◆ **What is needed**: Two lines mark the range in the entries below: the one holding "#90=IFCINDEXEDPOLYGONALFACE((1,5,6,2));" and the one holding "#95=IFCPOLYGONALFACESET(#94,$,(#88,#89,#90,#91,#92,#93),$);". Set down those two and all lines between them, exactly.

[Stored data entries]
========================

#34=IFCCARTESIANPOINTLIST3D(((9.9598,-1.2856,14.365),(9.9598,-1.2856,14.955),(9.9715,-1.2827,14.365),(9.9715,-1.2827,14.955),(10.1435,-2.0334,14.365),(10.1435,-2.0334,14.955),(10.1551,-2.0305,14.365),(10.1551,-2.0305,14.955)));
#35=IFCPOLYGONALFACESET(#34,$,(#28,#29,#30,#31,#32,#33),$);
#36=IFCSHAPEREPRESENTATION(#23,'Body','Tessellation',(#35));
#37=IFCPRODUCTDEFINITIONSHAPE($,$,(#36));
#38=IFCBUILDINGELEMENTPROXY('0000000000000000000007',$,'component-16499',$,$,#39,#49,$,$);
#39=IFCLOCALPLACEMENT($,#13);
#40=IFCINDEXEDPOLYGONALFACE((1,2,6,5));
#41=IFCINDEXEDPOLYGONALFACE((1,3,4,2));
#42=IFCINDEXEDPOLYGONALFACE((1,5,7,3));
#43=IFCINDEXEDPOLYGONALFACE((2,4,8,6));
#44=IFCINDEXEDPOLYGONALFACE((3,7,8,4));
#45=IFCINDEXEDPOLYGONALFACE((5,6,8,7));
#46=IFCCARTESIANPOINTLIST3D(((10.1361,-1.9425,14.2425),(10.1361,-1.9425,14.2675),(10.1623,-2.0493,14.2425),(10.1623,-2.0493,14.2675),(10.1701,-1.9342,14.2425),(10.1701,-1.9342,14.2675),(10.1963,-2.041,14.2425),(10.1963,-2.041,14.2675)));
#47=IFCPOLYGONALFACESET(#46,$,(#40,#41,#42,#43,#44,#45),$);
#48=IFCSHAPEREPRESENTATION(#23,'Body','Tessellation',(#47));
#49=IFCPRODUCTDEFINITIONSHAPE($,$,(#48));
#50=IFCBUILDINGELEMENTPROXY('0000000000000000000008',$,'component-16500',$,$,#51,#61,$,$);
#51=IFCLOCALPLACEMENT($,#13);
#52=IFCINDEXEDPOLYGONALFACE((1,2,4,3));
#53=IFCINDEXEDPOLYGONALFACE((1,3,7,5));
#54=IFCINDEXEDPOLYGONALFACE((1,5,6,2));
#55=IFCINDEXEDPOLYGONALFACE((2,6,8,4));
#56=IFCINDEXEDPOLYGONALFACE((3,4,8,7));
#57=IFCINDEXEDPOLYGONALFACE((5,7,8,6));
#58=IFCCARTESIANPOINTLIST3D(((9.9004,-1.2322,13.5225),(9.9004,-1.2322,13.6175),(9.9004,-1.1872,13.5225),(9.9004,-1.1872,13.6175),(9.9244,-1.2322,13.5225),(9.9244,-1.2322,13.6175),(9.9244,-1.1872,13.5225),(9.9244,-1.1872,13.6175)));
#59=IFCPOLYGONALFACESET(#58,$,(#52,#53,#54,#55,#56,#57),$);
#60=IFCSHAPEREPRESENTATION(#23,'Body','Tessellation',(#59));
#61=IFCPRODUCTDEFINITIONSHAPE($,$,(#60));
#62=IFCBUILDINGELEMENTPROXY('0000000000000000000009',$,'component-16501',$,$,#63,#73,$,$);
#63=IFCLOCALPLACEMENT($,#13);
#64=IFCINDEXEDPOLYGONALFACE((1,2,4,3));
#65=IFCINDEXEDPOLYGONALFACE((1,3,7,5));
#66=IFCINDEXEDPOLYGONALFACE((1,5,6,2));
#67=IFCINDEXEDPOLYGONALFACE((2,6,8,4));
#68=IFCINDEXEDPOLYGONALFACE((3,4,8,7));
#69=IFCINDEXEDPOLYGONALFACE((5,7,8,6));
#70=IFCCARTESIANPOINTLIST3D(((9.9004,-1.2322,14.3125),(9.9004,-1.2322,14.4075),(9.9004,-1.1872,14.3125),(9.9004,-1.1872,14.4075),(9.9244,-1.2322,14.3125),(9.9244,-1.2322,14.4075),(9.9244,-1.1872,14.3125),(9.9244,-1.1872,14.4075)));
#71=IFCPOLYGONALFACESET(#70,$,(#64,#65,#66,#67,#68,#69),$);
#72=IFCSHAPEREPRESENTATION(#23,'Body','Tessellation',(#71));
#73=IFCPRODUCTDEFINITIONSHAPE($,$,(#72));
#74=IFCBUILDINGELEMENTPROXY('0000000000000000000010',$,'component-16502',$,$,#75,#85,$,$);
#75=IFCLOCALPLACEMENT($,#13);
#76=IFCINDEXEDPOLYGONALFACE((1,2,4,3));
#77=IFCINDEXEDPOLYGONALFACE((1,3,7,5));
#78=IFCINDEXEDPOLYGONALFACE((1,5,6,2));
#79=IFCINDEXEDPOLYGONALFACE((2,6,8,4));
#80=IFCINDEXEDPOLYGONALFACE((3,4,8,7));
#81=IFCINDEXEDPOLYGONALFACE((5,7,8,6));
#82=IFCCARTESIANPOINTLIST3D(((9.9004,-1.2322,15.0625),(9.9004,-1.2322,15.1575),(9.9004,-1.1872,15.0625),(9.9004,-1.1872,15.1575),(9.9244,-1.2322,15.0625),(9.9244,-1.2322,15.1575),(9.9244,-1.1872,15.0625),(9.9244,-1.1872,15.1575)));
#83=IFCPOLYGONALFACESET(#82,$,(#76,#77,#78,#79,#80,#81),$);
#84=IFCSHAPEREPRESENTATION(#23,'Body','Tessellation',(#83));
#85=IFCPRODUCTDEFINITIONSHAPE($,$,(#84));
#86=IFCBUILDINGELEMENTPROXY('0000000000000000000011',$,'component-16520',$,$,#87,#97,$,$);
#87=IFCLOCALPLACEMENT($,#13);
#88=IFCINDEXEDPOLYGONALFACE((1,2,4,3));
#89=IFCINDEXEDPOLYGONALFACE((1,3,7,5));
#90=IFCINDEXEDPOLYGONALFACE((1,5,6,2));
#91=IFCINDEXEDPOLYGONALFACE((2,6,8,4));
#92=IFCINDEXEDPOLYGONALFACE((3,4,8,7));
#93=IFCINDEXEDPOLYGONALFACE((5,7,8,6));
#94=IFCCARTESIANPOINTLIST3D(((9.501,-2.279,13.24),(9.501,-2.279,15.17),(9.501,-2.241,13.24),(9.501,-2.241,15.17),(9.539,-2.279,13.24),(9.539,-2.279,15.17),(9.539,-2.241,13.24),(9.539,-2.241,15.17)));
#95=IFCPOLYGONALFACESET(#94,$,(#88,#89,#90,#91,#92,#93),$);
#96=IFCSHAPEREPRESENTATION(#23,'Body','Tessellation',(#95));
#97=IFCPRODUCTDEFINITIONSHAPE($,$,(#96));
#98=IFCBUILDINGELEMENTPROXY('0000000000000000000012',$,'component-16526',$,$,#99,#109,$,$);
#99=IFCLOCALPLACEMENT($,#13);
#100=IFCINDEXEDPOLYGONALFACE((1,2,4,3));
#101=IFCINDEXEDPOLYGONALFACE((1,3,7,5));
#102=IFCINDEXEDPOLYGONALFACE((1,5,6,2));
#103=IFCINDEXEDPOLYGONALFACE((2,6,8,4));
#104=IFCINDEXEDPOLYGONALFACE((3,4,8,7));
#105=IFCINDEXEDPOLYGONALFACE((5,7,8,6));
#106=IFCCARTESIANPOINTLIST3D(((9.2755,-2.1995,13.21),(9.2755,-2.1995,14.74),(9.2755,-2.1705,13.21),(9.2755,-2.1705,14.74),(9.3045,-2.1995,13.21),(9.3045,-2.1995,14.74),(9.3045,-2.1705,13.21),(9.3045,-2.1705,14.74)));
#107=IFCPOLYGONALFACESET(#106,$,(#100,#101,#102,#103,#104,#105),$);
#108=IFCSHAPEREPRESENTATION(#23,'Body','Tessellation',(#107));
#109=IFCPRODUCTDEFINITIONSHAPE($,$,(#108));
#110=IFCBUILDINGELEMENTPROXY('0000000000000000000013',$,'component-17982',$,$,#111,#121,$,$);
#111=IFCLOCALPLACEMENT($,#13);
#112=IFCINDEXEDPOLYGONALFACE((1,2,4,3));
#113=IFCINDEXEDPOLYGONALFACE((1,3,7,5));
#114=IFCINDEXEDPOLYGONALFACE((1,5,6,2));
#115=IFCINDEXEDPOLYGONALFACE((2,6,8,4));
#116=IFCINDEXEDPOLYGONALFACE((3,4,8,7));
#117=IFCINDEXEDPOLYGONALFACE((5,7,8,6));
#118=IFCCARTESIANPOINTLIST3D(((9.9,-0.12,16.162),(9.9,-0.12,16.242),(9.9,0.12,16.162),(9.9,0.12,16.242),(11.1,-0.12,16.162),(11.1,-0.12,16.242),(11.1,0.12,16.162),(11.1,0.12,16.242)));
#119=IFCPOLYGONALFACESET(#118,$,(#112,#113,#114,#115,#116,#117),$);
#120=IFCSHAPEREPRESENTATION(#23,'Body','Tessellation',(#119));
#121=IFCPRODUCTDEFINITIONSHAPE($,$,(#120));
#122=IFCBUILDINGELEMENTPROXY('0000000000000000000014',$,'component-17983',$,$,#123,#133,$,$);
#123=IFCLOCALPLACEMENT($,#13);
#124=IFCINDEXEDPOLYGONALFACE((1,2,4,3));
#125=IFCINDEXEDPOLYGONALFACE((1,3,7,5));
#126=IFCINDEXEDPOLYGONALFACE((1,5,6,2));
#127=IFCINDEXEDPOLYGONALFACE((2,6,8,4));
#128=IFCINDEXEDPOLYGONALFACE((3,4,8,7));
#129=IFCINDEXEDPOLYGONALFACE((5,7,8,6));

========================

◆ **Answer to this problem**:
#90=IFCINDEXEDPOLYGONALFACE((1,5,6,2));
#91=IFCINDEXEDPOLYGONALFACE((2,6,8,4));
#92=IFCINDEXEDPOLYGONALFACE((3,4,8,7));
#93=IFCINDEXEDPOLYGONALFACE((5,7,8,6));
#94=IFCCARTESIANPOINTLIST3D(((9.501,-2.279,13.24),(9.501,-2.279,15.17),(9.501,-2.241,13.24),(9.501,-2.241,15.17),(9.539,-2.279,13.24),(9.539,-2.279,15.17),(9.539,-2.241,13.24),(9.539,-2.241,15.17)));
#95=IFCPOLYGONALFACESET(#94,$,(#88,#89,#90,#91,#92,#93),$);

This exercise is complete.